By David Papell
The Federal Open Market Committee voted last Wednesday to keep the federal funds target rate at a record low of between zero and 0.25 percent. If it was not constrained by the zero lower bound, should the federal funds rate be negative? If the answer is yes, this suggests that the rate should remain at its record low for a considerable period and provides a justification for continued increases in the Fed’s balance sheet. If the answer is no, then the Fed may need to raise its interest rate target sooner rather than later.
There has been a lively debate on this topic in the context of the Taylor rule for monetary policy. The debate started with an article in the Financial Times, which cites a confidential Fed staff study that placed the implied Taylor rule rate at negative 5 percent. John Taylor, speaking at the Atlanta Fed, counters that the Fed got both the sign and the decimal point wrong and calculates the rate at 0.5 percent. Glenn Rudebusch, writing in the San Francisco Fed’s Economic Letter, argues for negative 5 percent. Most recently, Taylor writes in a Bloomberg.com commentary that the rate should be zero.
In its original form, the Taylor rule states that the Fed’s interest rate target should be one plus 1.5 times the inflation rate plus 0.5 times the output gap. According to the most recent Congressional Budget Office (CBO) projections, “core” CPI inflation, excluding food and energy, was 2.0 percent in 2008 but is expected to fall to 1.6 percent in 2009. The output gap is expected to be negative 7 percent in the second half of 2009 and the first half of 2010. Using 2.0 percent for inflation, the implied rate is 0.5 percent while, with 1.6 percent inflation, the rate is -0.1 percent, both around the Fed’s current target.
The implied interest rate target can change if the Taylor rule is modified. It is often argued that, because monetary policy is forward-looking, policy evaluation with Taylor rules should be conducted using forecasts rather than actual data. The CBO forecasts that core inflation will fall further to 1.1 percent in 2010. Using this forecast, the implied rate falls to -0.85 percent. More dramatically, Rudebusch and others argue that the coefficient on the output gap in the Taylor rule should be 1.0 instead of 0.5. With inflation forecasts and the larger output gap coefficient, the implied Taylor rule interest rate falls to -4.35 percent.
In “Taylor Rules and the Great Inflation: Lessons from the 1970s for the Road Ahead for the Fed,” written with Alex Nikolsko-Rzhevskyy of the University of Memphis, we use research on the natural rate of unemployment published in the 1970s to construct real-time output gap measures for the periods of peak unemployment in 1971 and 1975, and argue that real-time linear and quadratic detrended output gaps provide the best measure of what policymakers perceived the output gap to be at the time. Using these gaps to estimate Taylor rules, we conclude that:
- The Fed did not follow a stabilizing Taylor rule in the 1970s. In order for policy to be stabilizing, the federal funds rate needs to be raised more than point-for-point when inflation increases, so that the real interest rate rises. Our estimates never produce a coefficient on inflation that is significantly greater than one.

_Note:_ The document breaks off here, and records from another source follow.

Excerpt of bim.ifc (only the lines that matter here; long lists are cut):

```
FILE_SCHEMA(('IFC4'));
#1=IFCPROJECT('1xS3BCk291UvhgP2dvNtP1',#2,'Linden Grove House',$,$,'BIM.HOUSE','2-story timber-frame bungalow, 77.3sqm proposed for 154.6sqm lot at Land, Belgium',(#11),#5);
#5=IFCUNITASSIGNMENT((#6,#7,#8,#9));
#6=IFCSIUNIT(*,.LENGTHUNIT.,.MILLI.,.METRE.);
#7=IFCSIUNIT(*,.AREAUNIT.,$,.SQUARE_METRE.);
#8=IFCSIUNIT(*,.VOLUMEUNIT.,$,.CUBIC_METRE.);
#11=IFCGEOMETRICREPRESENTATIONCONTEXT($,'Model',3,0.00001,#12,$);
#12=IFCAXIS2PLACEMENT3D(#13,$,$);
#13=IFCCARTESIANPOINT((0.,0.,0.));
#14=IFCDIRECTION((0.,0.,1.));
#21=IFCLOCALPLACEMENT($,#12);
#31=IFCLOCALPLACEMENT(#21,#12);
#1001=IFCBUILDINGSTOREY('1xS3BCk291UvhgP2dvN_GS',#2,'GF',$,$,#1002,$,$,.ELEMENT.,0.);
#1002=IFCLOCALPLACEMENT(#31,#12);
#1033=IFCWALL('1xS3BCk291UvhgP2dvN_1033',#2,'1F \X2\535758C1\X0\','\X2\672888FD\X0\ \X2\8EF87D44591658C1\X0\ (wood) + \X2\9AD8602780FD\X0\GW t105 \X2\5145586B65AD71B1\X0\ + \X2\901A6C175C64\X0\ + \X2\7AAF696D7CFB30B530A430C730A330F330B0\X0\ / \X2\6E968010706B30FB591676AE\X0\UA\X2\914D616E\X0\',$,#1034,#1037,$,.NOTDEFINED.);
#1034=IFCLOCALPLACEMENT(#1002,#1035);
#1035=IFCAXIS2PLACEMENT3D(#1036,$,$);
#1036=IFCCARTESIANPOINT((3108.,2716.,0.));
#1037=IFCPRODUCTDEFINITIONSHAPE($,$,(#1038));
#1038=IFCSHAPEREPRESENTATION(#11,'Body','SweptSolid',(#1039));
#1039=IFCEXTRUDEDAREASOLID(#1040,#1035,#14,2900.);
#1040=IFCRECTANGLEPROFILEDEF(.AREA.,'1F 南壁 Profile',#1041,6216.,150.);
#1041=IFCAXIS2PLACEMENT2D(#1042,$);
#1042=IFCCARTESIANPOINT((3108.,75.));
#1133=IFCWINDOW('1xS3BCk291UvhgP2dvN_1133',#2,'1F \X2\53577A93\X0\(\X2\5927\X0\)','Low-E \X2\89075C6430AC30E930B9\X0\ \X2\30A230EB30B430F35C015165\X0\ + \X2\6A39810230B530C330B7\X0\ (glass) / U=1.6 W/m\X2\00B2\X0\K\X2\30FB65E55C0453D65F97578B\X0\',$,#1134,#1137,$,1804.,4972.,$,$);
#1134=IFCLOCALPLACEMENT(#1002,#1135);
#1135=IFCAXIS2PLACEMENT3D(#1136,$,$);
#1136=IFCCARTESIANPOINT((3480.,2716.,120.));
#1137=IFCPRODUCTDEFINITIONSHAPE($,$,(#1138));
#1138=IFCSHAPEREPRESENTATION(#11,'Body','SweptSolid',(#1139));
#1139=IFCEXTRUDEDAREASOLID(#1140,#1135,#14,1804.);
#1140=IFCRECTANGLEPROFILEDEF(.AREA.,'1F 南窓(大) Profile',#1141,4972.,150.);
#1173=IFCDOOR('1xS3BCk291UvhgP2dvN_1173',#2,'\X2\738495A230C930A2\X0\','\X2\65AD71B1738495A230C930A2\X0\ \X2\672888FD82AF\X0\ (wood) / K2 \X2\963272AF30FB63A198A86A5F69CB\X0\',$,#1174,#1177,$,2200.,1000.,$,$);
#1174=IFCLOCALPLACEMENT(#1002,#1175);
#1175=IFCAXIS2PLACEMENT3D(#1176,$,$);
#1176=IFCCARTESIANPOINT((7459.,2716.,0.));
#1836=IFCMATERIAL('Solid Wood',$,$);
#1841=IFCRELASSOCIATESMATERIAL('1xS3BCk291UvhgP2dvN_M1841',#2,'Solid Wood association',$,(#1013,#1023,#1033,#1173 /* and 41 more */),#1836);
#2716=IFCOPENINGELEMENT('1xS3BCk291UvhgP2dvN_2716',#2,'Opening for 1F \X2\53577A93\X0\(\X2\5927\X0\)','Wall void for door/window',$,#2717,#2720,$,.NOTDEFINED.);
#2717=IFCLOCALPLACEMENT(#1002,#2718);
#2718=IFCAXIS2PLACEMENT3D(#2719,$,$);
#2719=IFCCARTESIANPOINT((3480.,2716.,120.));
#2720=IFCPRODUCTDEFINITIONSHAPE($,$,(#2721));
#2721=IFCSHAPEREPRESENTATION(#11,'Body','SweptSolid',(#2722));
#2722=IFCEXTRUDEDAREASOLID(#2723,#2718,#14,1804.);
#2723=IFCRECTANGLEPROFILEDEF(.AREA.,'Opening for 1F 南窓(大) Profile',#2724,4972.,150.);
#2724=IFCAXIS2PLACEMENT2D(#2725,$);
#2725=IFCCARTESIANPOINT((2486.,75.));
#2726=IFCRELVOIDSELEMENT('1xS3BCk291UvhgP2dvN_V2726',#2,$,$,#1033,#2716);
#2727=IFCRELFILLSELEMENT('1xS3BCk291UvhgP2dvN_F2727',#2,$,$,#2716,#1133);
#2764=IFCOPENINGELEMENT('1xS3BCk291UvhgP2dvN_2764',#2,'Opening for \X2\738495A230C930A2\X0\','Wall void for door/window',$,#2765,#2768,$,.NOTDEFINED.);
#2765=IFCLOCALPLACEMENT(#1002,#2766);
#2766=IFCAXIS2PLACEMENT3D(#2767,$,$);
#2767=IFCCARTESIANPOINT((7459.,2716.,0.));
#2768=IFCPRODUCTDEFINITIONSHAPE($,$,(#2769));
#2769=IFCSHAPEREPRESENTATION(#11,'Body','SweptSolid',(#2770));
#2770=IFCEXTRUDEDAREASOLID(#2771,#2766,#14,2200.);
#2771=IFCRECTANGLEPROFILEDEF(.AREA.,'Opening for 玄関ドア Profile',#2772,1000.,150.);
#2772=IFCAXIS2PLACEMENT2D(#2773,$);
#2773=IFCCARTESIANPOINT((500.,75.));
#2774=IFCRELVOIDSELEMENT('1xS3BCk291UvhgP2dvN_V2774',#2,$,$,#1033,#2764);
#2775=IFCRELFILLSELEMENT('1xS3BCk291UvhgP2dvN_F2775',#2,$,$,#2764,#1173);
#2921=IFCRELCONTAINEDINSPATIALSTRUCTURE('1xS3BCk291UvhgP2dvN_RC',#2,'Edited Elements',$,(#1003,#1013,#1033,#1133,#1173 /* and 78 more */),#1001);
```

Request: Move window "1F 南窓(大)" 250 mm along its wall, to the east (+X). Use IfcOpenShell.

```python
import ifcopenshell
import ifcopenshell.api.geometry
import ifcopenshell.util.placement
import ifcopenshell.util.unit

model = ifcopenshell.open("bim.ifc")
unit_scale = ifcopenshell.util.unit.calculate_unit_scale(model)

window = model.by_guid("1xS3BCk291UvhgP2dvN_1133")
opening = window.FillsVoids[0].RelatingOpeningElement
wall = opening.VoidsElements[0].RelatingBuildingElement

wall_matrix = ifcopenshell.util.placement.get_local_placement(wall.ObjectPlacement)
shift = wall_matrix[:3, 0] * 0.25 / unit_scale
before = ifcopenshell.util.placement.get_local_placement(window.ObjectPlacement)[:3, 3].copy()

# The window is not placed relative to its opening, so move both.
for product in (opening, window):
    matrix = ifcopenshell.util.placement.get_local_placement(product.ObjectPlacement)
    matrix[:3, 3] += shift
    ifcopenshell.api.geometry.edit_object_placement(model, product=product, matrix=matrix, is_si=False)

after = ifcopenshell.util.placement.get_local_placement(window.ObjectPlacement)[:3, 3]
print("window moved by", (after - before).round(3) + 0.0)

model.write("bim_updated.ifc")
```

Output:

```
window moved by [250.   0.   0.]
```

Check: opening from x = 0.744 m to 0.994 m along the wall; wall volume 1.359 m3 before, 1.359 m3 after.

- The Fed did follow a stabilizing Taylor rule if inflation forecasts, rather than inflation rates, are used. These forecasts, however, systematically under-predicted inflation following the 1970s recessions and this does not constitute evidence of stabilizing policy.
- The Fed responded too strongly to negative output gaps, with estimated coefficients between 0.7 and 1.0.
In the 1970s, the Fed “stabilized” overly optimistic inflation forecasts and responded too strongly to output gaps, lowering interest rates too much — especially during and following the 1970-1971 and 1974-1975 recessions, resulting in frequent recessions and the Great Inflation. What are the lessons from the 1970s for Fed policy today?
- The Fed should respond to inflation, not inflation forecasts, especially in an environment where large negative output gaps are causing forecasted inflation to fall.
- The Fed should not tinker with Taylor’s output gap coefficient of 0.5.
Using the rule with Taylor’s original coefficients, the experience of the 1970s suggests that, even if it could, the Fed should not lower its interest rate target below zero. If the incipient recovery takes hold and inflation stays the same or rises, it may need to raise rates sooner than many people think.